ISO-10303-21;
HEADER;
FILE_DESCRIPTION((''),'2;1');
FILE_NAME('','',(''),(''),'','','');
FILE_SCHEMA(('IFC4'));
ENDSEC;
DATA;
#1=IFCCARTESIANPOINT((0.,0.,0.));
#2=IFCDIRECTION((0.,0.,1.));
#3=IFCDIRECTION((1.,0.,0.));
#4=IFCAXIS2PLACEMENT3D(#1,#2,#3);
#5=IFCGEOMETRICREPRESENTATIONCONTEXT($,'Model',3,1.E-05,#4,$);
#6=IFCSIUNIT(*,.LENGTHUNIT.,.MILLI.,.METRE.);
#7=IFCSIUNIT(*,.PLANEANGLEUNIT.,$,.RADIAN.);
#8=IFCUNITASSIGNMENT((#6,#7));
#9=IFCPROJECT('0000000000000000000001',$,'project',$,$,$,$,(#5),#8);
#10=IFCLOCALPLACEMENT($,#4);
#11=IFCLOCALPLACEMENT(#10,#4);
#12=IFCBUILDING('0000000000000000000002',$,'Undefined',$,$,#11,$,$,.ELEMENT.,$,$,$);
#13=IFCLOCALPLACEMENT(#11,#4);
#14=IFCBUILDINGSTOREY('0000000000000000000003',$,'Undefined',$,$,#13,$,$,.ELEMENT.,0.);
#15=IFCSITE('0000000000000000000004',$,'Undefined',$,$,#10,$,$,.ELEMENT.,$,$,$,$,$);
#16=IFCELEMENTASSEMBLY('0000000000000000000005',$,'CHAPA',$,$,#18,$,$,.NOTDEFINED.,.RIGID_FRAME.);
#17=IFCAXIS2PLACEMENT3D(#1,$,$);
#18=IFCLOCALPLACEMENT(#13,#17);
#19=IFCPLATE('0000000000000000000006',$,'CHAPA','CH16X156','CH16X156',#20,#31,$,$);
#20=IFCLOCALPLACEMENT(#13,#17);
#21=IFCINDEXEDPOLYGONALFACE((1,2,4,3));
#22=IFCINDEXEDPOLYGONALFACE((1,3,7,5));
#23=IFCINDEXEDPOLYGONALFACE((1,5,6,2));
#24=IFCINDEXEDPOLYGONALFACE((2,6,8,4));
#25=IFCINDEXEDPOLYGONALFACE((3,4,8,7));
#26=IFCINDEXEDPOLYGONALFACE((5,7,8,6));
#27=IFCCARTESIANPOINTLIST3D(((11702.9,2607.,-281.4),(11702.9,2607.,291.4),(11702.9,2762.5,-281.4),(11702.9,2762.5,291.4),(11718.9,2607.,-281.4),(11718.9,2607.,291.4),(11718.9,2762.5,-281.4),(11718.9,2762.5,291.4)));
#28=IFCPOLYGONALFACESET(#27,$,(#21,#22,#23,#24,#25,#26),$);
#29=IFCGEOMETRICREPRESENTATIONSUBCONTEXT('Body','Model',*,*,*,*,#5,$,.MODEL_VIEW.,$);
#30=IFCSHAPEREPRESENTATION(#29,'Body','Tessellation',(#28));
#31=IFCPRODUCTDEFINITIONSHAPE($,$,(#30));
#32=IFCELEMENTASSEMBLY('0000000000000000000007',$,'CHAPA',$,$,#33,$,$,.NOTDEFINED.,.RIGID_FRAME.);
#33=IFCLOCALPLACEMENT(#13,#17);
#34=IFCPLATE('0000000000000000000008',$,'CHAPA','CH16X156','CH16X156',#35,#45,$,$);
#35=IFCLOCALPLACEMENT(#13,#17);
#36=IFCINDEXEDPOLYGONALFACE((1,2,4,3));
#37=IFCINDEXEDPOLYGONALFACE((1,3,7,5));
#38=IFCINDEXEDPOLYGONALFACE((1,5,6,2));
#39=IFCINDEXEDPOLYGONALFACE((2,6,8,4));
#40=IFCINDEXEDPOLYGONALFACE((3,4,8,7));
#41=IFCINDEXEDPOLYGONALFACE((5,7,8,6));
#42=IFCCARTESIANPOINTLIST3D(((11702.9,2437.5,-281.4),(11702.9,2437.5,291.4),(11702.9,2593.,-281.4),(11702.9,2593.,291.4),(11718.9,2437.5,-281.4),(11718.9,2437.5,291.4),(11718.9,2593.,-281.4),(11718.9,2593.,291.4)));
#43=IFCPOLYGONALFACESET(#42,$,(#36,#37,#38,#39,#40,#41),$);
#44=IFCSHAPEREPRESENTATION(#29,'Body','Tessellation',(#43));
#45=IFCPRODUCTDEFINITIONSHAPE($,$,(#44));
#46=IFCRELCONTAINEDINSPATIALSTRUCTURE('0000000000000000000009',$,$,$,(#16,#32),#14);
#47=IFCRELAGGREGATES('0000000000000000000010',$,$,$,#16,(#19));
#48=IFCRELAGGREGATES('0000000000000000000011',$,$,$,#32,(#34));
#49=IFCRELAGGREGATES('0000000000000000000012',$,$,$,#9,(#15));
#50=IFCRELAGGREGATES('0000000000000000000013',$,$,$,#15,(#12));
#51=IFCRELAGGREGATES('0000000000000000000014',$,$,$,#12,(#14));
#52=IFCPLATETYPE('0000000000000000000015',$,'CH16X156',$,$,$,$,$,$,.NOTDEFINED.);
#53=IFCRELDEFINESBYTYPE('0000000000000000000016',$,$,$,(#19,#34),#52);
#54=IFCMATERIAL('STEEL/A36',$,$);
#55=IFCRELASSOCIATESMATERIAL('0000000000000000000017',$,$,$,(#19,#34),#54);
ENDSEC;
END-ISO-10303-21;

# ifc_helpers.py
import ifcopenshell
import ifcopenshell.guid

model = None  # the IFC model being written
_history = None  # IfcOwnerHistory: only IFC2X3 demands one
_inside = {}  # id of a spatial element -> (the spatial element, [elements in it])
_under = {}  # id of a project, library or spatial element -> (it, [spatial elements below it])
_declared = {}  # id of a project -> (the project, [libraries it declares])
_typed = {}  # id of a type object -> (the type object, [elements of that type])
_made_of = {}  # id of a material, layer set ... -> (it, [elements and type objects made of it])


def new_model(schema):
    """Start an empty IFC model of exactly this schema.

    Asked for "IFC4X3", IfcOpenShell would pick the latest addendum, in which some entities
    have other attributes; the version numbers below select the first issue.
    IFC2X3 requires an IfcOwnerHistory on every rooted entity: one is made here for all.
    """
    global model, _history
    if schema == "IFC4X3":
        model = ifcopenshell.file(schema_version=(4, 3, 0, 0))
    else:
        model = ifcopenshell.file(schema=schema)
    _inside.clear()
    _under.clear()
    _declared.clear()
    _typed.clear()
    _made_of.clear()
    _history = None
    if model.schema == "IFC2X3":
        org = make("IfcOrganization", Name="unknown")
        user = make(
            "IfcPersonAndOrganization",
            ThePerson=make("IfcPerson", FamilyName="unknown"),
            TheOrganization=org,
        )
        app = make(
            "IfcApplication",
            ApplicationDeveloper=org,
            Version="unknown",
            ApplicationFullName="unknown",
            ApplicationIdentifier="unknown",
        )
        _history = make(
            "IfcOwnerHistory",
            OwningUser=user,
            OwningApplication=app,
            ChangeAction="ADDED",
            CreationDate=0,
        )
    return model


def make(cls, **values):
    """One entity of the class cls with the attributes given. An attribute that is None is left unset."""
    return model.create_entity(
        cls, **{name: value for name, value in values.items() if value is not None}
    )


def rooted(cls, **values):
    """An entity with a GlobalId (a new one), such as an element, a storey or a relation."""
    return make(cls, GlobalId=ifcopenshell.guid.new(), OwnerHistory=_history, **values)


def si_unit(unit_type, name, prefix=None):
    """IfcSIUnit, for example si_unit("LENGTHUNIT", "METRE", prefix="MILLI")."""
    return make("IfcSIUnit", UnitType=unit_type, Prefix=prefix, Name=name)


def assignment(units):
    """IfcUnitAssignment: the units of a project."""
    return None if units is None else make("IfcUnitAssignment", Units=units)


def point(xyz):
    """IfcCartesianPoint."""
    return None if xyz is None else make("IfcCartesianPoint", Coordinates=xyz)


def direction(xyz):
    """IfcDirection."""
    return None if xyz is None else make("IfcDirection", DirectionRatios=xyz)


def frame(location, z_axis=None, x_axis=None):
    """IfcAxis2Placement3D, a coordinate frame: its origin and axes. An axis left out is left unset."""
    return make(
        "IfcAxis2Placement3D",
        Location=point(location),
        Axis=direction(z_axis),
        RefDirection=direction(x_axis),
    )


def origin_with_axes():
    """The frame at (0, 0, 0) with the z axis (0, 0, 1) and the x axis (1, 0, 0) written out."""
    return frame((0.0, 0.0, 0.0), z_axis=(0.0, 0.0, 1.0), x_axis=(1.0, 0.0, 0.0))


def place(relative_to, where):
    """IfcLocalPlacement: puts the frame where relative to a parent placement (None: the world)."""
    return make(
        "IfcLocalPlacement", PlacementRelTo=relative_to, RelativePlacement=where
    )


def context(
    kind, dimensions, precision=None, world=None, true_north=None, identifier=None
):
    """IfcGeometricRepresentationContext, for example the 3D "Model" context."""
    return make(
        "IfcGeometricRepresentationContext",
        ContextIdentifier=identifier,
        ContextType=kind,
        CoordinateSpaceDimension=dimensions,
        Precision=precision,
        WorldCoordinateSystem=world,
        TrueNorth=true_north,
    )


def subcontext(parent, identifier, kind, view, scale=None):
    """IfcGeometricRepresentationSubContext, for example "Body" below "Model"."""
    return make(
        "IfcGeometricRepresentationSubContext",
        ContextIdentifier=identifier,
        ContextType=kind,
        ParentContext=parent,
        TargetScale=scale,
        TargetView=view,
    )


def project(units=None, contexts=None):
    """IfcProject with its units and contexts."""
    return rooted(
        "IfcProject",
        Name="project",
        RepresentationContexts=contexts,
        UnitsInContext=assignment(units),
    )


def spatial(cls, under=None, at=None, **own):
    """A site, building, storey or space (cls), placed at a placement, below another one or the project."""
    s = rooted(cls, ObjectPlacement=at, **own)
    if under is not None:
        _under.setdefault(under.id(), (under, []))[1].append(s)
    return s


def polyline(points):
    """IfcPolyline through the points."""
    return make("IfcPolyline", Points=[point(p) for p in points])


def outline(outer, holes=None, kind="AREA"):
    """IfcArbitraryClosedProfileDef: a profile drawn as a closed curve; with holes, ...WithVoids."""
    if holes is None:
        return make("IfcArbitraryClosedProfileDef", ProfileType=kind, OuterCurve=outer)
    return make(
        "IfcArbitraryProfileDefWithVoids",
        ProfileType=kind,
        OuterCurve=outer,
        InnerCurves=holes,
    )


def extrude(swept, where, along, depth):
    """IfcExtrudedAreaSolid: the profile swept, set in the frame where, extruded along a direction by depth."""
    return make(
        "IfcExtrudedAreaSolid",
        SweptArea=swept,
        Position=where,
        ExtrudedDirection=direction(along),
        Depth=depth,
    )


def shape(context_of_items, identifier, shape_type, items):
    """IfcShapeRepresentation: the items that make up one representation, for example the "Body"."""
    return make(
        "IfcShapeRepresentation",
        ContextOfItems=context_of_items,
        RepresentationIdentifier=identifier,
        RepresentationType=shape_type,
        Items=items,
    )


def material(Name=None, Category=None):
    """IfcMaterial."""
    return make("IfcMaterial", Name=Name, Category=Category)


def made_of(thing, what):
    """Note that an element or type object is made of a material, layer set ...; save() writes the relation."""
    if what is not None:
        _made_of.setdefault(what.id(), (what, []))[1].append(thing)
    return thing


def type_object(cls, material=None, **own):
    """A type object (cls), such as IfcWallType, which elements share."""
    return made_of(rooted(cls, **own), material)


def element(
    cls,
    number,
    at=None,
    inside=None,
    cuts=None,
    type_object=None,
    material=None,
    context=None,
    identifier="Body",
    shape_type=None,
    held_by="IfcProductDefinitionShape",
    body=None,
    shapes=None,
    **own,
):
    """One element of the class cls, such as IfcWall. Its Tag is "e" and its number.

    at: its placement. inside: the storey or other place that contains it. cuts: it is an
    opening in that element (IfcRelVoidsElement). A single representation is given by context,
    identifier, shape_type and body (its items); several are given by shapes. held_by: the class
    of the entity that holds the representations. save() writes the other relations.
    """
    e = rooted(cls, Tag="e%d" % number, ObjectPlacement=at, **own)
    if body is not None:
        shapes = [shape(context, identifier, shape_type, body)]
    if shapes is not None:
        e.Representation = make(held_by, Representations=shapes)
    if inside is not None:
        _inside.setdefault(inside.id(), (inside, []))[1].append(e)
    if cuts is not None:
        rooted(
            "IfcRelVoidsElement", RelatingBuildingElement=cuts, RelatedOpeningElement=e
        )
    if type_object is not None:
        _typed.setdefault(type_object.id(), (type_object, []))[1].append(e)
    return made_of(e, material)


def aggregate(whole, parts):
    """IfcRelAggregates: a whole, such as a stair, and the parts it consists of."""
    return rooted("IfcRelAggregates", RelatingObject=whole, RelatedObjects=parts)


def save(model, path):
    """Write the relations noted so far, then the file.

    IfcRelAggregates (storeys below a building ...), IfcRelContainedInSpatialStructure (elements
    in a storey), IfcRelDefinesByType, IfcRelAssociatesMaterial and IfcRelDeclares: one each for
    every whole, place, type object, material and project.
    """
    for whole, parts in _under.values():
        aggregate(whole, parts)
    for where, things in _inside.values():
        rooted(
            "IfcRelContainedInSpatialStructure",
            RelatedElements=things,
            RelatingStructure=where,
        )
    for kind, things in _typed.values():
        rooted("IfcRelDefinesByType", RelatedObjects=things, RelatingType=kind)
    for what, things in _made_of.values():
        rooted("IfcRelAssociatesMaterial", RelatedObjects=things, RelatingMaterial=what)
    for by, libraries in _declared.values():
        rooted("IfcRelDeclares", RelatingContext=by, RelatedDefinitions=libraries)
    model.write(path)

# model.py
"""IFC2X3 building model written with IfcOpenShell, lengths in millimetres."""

from ifc_helpers import new_model, si_unit, frame, origin_with_axes, place, context, subcontext, project, spatial, polyline, outline, extrude, material, type_object, element, aggregate, save


model = new_model("IFC2X3")

# Units and contexts
model_context = context("Model", 3, precision=1e-05, world=origin_with_axes())
body_context = subcontext(model_context, "Body", "Model", "MODEL_VIEW")
ifc_project = project(units=[si_unit("LENGTHUNIT", "METRE", prefix="MILLI"), si_unit("PLANEANGLEUNIT", "RADIAN")], contexts=[model_context])

# Site, building, storey
site_placement = place(None, origin_with_axes())
site = spatial("IfcSite", under=ifc_project, at=site_placement, Name="Undefined", CompositionType="ELEMENT")
building_placement = place(site_placement, origin_with_axes())
building = spatial("IfcBuilding", under=site, at=building_placement, Name="Undefined", CompositionType="ELEMENT")
storey_placement = place(building_placement, origin_with_axes())
storey = spatial("IfcBuildingStorey", under=building, at=storey_placement, Name="Undefined", CompositionType="ELEMENT", Elevation=0.0)

# Element assemblies, plates
ifc_material_1 = material(Name="STEEL/A36")
plate_type = type_object("IfcPlateType", Name="CH16X156", PredefinedType="NOTDEFINED")
assembly_1_placement = place(storey_placement, origin_with_axes())
assembly_1 = element("IfcElementAssembly", 1, at=assembly_1_placement, inside=storey, Name="CHAPA", AssemblyPlace="NOTDEFINED", PredefinedType="RIGID_FRAME")
plate_1_placement = place(assembly_1_placement, frame((11710.9, 2762.5, 291.4), z_axis=(1.0, 0.0, 0.0), x_axis=(0.0, -1.0, 0.0)))
plate_1 = element("IfcPlate", 2, at=plate_1_placement, type_object=plate_type, material=ifc_material_1, Name="CHAPA", Description="CH16X156", ObjectType="CH16X156", context=body_context, shape_type="SweptSolid", body=[
    extrude(outline(polyline([(0.0, 0.0), (155.5, 0.0), (155.5, 572.8), (0.0, 572.8), (0.0, 0.0)])), frame((0.0, 0.0, -8.0), z_axis=(0.0, 0.0, 1.0), x_axis=(1.0, 0.0, 0.0)), (0.0, 0.0, 1.0), 16.0),
])
aggregate(assembly_1, [plate_1])
assembly_2_placement = place(storey_placement, origin_with_axes())
assembly_2 = element("IfcElementAssembly", 3, at=assembly_2_placement, inside=storey, Name="CHAPA", AssemblyPlace="NOTDEFINED", PredefinedType="RIGID_FRAME")
plate_2_placement = place(assembly_2_placement, frame((11710.9, 2593.0, 291.4), z_axis=(1.0, 0.0, 0.0), x_axis=(0.0, -1.0, 0.0)))
plate_2 = element("IfcPlate", 4, at=plate_2_placement, type_object=plate_type, material=ifc_material_1, Name="CHAPA", Description="CH16X156", ObjectType="CH16X156", context=body_context, shape_type="SweptSolid", body=[
    extrude(outline(polyline([(0.0, 0.0), (155.5, 0.0), (155.5, 572.8), (0.0, 572.8), (0.0, 0.0)])), frame((0.0, 0.0, -8.0), z_axis=(0.0, 0.0, 1.0), x_axis=(1.0, 0.0, 0.0)), (0.0, 0.0, 1.0), 16.0),
])
aggregate(assembly_2, [plate_2])

save(model, "model.ifc")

──────────────────────────────

Assignment | Return every line from the entries above that contains the word "parent".

Output |
    """IfcLocalPlacement: puts the frame where relative to a parent placement (None: the world)."""
def subcontext(parent, identifier, kind, view, scale=None):
        ParentContext=parent,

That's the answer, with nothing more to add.